Collected data entries
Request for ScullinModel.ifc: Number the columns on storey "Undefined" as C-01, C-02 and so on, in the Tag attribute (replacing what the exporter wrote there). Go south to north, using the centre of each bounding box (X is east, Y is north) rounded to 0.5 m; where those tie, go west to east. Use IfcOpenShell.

First a look at what the model holds.

```python
import ifcopenshell
import ifcopenshell.util.element
import ifcopenshell.util.placement

model = ifcopenshell.open("ScullinModel.ifc")
print(model.schema)
storey = next(s for s in model.by_type("IfcBuildingStorey") if s.Name == "Undefined")
columns = [e for e in ifcopenshell.util.element.get_decomposition(storey) if e.is_a("IfcColumn")]
for e in sorted(columns, key=lambda e: e.id()):
    origin = ifcopenshell.util.placement.get_local_placement(e.ObjectPlacement)[:3, 3]
    print(e.id(), e.Tag, e.Name, origin.round(2) + 0.0, sep=" | ")
```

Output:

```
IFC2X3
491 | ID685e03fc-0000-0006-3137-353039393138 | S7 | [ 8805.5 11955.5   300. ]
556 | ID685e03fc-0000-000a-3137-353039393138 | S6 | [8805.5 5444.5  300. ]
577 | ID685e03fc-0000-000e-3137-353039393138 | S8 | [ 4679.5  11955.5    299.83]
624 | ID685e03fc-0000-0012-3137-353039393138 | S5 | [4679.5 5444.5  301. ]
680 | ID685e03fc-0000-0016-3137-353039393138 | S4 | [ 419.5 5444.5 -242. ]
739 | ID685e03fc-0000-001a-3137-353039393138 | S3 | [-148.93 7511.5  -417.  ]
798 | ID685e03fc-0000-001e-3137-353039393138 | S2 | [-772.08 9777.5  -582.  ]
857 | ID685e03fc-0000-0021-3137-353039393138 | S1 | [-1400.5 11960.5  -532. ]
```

```python
import ifcopenshell
import ifcopenshell.geom
import ifcopenshell.util.element
import ifcopenshell.util.shape

model = ifcopenshell.open("ScullinModel.ifc")
settings = ifcopenshell.geom.settings()
settings.set("use-world-coords", True)


def centre(element):
    shape = ifcopenshell.geom.create_shape(settings, element)
    return ifcopenshell.util.shape.get_bbox_centroid(shape.geometry)


storey = next(s for s in model.by_type("IfcBuildingStorey") if s.Name == "Undefined")
columns = [e for e in ifcopenshell.util.element.get_decomposition(storey) if e.is_a("IfcColumn")]

# Insertion points can sit at a corner or the storey origin, so sort by the geometry (in metres).
centres = {e: centre(e) for e in columns}
columns.sort(key=lambda e: (round(centres[e][1] / 0.5), centres[e][0]))

for i, e in enumerate(columns, start=1):
    number = f"C-{i:02d}"
    e.Tag = number
    print(e.id(), number)

model.write("ScullinModel_v2.ifc")
```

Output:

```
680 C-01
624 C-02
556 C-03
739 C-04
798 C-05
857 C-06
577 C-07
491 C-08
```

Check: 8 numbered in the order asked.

WHAT IS REQUIRED -> Quote the data above in full, changing nothing.

WRITTEN REPLY ->
Request for ScullinModel.ifc: Number the columns on storey "Undefined" as C-01, C-02 and so on, in the Tag attribute (replacing what the exporter wrote there). Go south to north, using the centre of each bounding box (X is east, Y is north) rounded to 0.5 m; where those tie, go west to east. Use IfcOpenShell.

First a look at what the model holds.

```python
import ifcopenshell
import ifcopenshell.util.element
import ifcopenshell.util.placement

model = ifcopenshell.open("ScullinModel.ifc")
print(model.schema)
storey = next(s for s in model.by_type("IfcBuildingStorey") if s.Name == "Undefined")
columns = [e for e in ifcopenshell.util.element.get_decomposition(storey) if e.is_a("IfcColumn")]
for e in sorted(columns, key=lambda e: e.id()):
    origin = ifcopenshell.util.placement.get_local_placement(e.ObjectPlacement)[:3, 3]
    print(e.id(), e.Tag, e.Name, origin.round(2) + 0.0, sep=" | ")
```

Output:

```
IFC2X3
491 | ID685e03fc-0000-0006-3137-353039393138 | S7 | [ 8805.5 11955.5   300. ]
556 | ID685e03fc-0000-000a-3137-353039393138 | S6 | [8805.5 5444.5  300. ]
577 | ID685e03fc-0000-000e-3137-353039393138 | S8 | [ 4679.5  11955.5    299.83]
624 | ID685e03fc-0000-0012-3137-353039393138 | S5 | [4679.5 5444.5  301. ]
680 | ID685e03fc-0000-0016-3137-353039393138 | S4 | [ 419.5 5444.5 -242. ]
739 | ID685e03fc-0000-001a-3137-353039393138 | S3 | [-148.93 7511.5  -417.  ]
798 | ID685e03fc-0000-001e-3137-353039393138 | S2 | [-772.08 9777.5  -582.  ]
857 | ID685e03fc-0000-0021-3137-353039393138 | S1 | [-1400.5 11960.5  -532. ]
```

```python
import ifcopenshell
import ifcopenshell.geom
import ifcopenshell.util.element
import ifcopenshell.util.shape

model = ifcopenshell.open("ScullinModel.ifc")
settings = ifcopenshell.geom.settings()
settings.set("use-world-coords", True)


def centre(element):
    shape = ifcopenshell.geom.create_shape(settings, element)
    return ifcopenshell.util.shape.get_bbox_centroid(shape.geometry)


storey = next(s for s in model.by_type("IfcBuildingStorey") if s.Name == "Undefined")
columns = [e for e in ifcopenshell.util.element.get_decomposition(storey) if e.is_a("IfcColumn")]

# Insertion points can sit at a corner or the storey origin, so sort by the geometry (in metres).
centres = {e: centre(e) for e in columns}
columns.sort(key=lambda e: (round(centres[e][1] / 0.5), centres[e][0]))

for i, e in enumerate(columns, start=1):
    number = f"C-{i:02d}"
    e.Tag = number
    print(e.id(), number)

model.write("ScullinModel_v2.ifc")
```

Output:

```
680 C-01
624 C-02
556 C-03
739 C-04
798 C-05
857 C-06
577 C-07
491 C-08
```

Check: 8 numbered in the order asked.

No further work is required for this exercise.